Faruk Nafız bu şiirinde sanatın önemini ve işlevini derinlemesine ele alır. Şair sanatın sadece bir estetik faaliyet olmadığını, aynı zamanda insanın iç dünyasını yansıtan bir ifade biçimi olduğunu vurgular. Sanat sanılanın aksine eğlence uğruna kendini harcamaz bir yandan da kişinin hayal dünyasını gözler önüne sunan çok önemli bir değerdir.
Şiirde, sanatın doğayla ve insan yaşamıyla olan ilişkisi ön plana çıkar. Nafız, sanatın insanı anlamak ve onun duygularını ifade etmek için bir araç olduğunu belirtir. Bu anlamda, sanat; bir yansıma, bir keşif ve bir iletişim yolu olarak işlev görür. Sanatın insan ruhunu yücelten bir tarafı olduğunu, derin duyguları dile getirme gücüne sahip olduğunu ifade eder.
Nafız’ın sanata bakışı, onun estetik kaygıların ötesinde bir anlam taşıdığını gösterir. Sanat, yaşamın karmaşık yapısını anlamak ve insanın içsel yolculuğunu aydınlatmak için bir kapı aralar. Bu yönüyle, sanatın insana sunduğu derinlik ve zenginlik, şiirin temel temasını oluşturur.

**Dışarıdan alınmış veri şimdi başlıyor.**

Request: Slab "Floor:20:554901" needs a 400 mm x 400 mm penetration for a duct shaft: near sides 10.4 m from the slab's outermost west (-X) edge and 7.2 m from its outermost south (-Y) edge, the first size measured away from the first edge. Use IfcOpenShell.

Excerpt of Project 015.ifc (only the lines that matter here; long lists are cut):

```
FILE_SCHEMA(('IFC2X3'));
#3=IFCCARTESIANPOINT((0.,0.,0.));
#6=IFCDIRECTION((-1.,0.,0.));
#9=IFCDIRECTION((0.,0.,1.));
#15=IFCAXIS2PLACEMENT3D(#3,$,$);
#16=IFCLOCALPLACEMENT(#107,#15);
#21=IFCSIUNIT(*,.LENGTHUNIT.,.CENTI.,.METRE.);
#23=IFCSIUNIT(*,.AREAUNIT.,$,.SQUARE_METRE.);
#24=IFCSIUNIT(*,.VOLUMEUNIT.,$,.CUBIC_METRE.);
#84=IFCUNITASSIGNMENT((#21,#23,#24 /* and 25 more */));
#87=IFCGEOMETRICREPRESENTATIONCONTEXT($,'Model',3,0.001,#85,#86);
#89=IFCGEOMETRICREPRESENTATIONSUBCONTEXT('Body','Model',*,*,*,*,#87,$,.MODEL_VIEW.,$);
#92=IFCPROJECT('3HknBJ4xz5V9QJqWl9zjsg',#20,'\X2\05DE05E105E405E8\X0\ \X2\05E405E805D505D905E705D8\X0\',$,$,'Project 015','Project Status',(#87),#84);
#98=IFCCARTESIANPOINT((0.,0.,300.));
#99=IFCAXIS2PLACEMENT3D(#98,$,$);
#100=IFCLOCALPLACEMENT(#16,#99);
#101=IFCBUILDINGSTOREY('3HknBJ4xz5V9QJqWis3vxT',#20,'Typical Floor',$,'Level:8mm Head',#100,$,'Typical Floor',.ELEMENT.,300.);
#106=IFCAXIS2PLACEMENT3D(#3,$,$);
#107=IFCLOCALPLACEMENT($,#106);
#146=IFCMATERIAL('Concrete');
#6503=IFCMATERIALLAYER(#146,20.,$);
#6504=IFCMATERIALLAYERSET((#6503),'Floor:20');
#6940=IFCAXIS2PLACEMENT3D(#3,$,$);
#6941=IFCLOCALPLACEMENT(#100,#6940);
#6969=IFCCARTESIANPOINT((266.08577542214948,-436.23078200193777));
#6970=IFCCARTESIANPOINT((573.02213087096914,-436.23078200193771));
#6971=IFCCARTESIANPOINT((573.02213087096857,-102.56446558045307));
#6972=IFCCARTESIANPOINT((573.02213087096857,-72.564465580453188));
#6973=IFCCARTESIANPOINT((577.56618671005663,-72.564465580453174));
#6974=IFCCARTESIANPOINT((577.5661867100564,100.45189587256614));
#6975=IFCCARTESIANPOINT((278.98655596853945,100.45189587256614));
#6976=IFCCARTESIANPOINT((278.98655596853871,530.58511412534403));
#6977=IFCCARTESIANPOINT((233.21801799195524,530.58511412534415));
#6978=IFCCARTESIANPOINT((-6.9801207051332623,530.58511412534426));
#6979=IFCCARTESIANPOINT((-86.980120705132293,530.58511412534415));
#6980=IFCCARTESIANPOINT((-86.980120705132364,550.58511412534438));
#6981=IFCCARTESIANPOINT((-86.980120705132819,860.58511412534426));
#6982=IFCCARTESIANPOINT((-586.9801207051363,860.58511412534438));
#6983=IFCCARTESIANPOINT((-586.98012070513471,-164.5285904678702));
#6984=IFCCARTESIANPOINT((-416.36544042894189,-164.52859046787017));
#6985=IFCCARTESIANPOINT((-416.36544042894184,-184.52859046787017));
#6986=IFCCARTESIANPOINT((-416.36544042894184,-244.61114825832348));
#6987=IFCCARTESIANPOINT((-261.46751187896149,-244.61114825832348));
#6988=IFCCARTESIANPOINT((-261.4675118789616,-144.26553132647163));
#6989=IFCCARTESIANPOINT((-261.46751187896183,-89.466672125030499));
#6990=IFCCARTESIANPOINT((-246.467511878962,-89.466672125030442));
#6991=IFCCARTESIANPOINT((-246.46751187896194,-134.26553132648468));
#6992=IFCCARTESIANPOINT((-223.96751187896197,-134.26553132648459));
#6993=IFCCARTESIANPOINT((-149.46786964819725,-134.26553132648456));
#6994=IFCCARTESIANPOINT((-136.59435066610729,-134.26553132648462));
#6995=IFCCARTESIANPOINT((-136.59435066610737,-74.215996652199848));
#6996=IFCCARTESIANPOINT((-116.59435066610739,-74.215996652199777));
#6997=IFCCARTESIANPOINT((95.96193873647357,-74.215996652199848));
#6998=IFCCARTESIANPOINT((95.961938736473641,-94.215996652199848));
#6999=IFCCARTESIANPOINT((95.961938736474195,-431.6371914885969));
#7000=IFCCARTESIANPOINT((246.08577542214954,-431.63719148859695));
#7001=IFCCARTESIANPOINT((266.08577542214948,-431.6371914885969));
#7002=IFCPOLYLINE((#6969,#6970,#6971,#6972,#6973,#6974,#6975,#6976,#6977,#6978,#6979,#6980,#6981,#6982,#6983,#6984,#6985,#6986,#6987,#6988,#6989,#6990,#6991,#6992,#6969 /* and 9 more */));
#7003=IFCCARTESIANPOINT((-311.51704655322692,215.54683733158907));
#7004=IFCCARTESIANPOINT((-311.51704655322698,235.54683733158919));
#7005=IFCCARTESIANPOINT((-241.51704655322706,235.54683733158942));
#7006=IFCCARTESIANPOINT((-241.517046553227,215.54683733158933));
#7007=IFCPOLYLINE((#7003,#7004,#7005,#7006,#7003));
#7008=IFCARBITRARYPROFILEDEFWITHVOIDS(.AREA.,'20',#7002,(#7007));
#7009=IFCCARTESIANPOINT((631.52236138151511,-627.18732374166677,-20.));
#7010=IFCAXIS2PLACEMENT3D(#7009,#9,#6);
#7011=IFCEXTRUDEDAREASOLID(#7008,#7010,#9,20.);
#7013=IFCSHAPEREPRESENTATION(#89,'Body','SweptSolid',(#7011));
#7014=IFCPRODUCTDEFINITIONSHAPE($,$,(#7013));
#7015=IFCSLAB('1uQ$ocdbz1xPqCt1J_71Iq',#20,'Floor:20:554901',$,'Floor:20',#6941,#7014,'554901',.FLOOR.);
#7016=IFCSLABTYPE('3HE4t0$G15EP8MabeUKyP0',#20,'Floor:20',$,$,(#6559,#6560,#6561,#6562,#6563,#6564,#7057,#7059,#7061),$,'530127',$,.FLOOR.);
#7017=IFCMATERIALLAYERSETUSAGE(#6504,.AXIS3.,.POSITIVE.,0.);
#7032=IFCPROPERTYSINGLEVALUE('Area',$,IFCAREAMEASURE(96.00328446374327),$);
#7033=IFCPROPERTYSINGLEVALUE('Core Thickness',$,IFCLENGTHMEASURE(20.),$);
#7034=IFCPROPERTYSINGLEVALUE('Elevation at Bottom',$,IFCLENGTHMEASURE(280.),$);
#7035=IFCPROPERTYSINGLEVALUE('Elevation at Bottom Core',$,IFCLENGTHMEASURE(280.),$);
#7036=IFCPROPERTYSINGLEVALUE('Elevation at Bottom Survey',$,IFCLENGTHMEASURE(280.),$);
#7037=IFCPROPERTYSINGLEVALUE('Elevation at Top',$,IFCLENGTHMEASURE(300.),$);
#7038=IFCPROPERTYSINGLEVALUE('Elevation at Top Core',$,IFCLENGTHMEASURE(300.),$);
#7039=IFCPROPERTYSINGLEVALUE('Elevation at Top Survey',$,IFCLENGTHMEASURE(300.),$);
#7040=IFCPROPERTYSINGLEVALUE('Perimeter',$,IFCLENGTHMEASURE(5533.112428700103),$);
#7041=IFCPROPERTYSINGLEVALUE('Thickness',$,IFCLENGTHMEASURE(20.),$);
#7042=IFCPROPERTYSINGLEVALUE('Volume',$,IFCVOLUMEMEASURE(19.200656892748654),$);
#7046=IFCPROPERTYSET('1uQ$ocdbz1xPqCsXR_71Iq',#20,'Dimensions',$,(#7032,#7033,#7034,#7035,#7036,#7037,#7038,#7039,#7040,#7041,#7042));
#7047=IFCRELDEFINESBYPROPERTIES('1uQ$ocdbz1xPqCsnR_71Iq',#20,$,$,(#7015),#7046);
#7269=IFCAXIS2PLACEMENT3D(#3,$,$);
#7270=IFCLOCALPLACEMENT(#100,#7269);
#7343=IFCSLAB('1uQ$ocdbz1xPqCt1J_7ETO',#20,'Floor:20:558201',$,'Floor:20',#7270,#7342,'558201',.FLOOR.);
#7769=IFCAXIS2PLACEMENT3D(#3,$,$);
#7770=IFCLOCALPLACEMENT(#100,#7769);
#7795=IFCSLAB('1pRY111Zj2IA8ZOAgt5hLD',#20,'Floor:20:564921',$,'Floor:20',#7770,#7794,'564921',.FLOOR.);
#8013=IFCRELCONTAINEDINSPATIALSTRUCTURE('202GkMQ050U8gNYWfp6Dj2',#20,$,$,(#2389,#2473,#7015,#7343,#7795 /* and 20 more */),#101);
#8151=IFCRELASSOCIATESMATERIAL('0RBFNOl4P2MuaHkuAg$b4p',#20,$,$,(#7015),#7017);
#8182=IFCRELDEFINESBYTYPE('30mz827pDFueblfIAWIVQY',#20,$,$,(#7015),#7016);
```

```python
import numpy as np
import ifcopenshell
import ifcopenshell.api.feature
import ifcopenshell.api.geometry
import ifcopenshell.api.pset
import ifcopenshell.api.root
import ifcopenshell.geom
import ifcopenshell.util.element
import ifcopenshell.util.placement
import ifcopenshell.util.representation
import ifcopenshell.util.shape
import ifcopenshell.util.unit

model = ifcopenshell.open("Project 015.ifc")
unit_scale = ifcopenshell.util.unit.calculate_unit_scale(model)
area_scale = ifcopenshell.util.unit.calculate_unit_scale(model, "AREAUNIT")
volume_scale = ifcopenshell.util.unit.calculate_unit_scale(model, "VOLUMEUNIT")
settings = ifcopenshell.geom.settings()


def volume(element):
    """Net volume in cubic metres, openings subtracted."""
    shape = ifcopenshell.geom.create_shape(settings, element)
    return ifcopenshell.util.shape.get_volume(shape.geometry)


slab = model.by_id(7015)
before = volume(slab)

# Extent in the slab's own axes, in metres. The edges named are its -X and -Y sides.
slab_shape = ifcopenshell.geom.create_shape(settings, slab)
vertices = ifcopenshell.util.shape.get_vertices(slab_shape.geometry)
x_min, y_min, bottom = vertices.min(axis=0)
top = vertices[:, 2].max()

opening = ifcopenshell.api.root.create_entity(model, ifc_class="IfcOpeningElement", name="Duct shaft opening")
context = ifcopenshell.util.representation.get_context(model, "Model", "Body", "MODEL_VIEW")
width, depth = 0.4, 0.4
outline = [(0.0, 0.0), (width, 0.0), (width, depth), (0.0, depth), (0.0, 0.0)]
# Overshoot both faces by 50 mm so the cut is clean.
shape = ifcopenshell.api.geometry.add_slab_representation(
    model, context=context, depth=top - bottom + 0.1, polyline=outline
)
ifcopenshell.api.geometry.assign_representation(model, product=opening, representation=shape)

matrix = ifcopenshell.util.placement.get_local_placement(slab.ObjectPlacement)
matrix[:, 3] = matrix @ np.append(np.array([x_min + 10.4, y_min + 7.2, bottom - 0.05]) / unit_scale, 1.0)
ifcopenshell.api.geometry.edit_object_placement(model, product=opening, matrix=matrix, is_si=False)
ifcopenshell.api.feature.add_feature(model, feature=opening, element=slab)

after = volume(slab)

# Update the slab's stored quantities.
pset = model.by_id(ifcopenshell.util.element.get_pset(slab, "Dimensions", should_inherit=False)["id"])
ifcopenshell.api.pset.edit_pset(model, pset=pset, properties={
    "Area": model.create_entity("IfcAreaMeasure", after / (top - bottom) / area_scale),
    "Volume": model.create_entity("IfcVolumeMeasure", after / volume_scale),
})

print(f"slab volume {before:.3f} -> {after:.3f} m3")

model.write("Project 015-out.ifc")
```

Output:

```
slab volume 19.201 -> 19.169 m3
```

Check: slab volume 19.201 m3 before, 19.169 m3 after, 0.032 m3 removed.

“Istırap çekenlerin acıklı nefesleri, bizde geçer en hazin bir musiki yerine.” İnsanların iç dünyasının diğer insanlara yansımasını vurgularken “Sen kubbesinde ince bir mozaik arar da, gezersin kırk asırlık bir mabedin içini.” Sözündeki mabed dünyayı temsil etmekte olup sanata başvuran insanların hayatı da bir yandan keşfetmekte olduğunu vurgular.
Sonuç olarak, “Sanat” şiiri, sanatın birey ve toplum üzerindeki etkilerini sorgulayan, derin ve anlamlı bir metin olarak öne çıkar. Şair, sanatın hayatın vazgeçilmez bir parçası olduğunu ve insan deneyimini zenginleştirme rolünü ustaca ortaya koyar.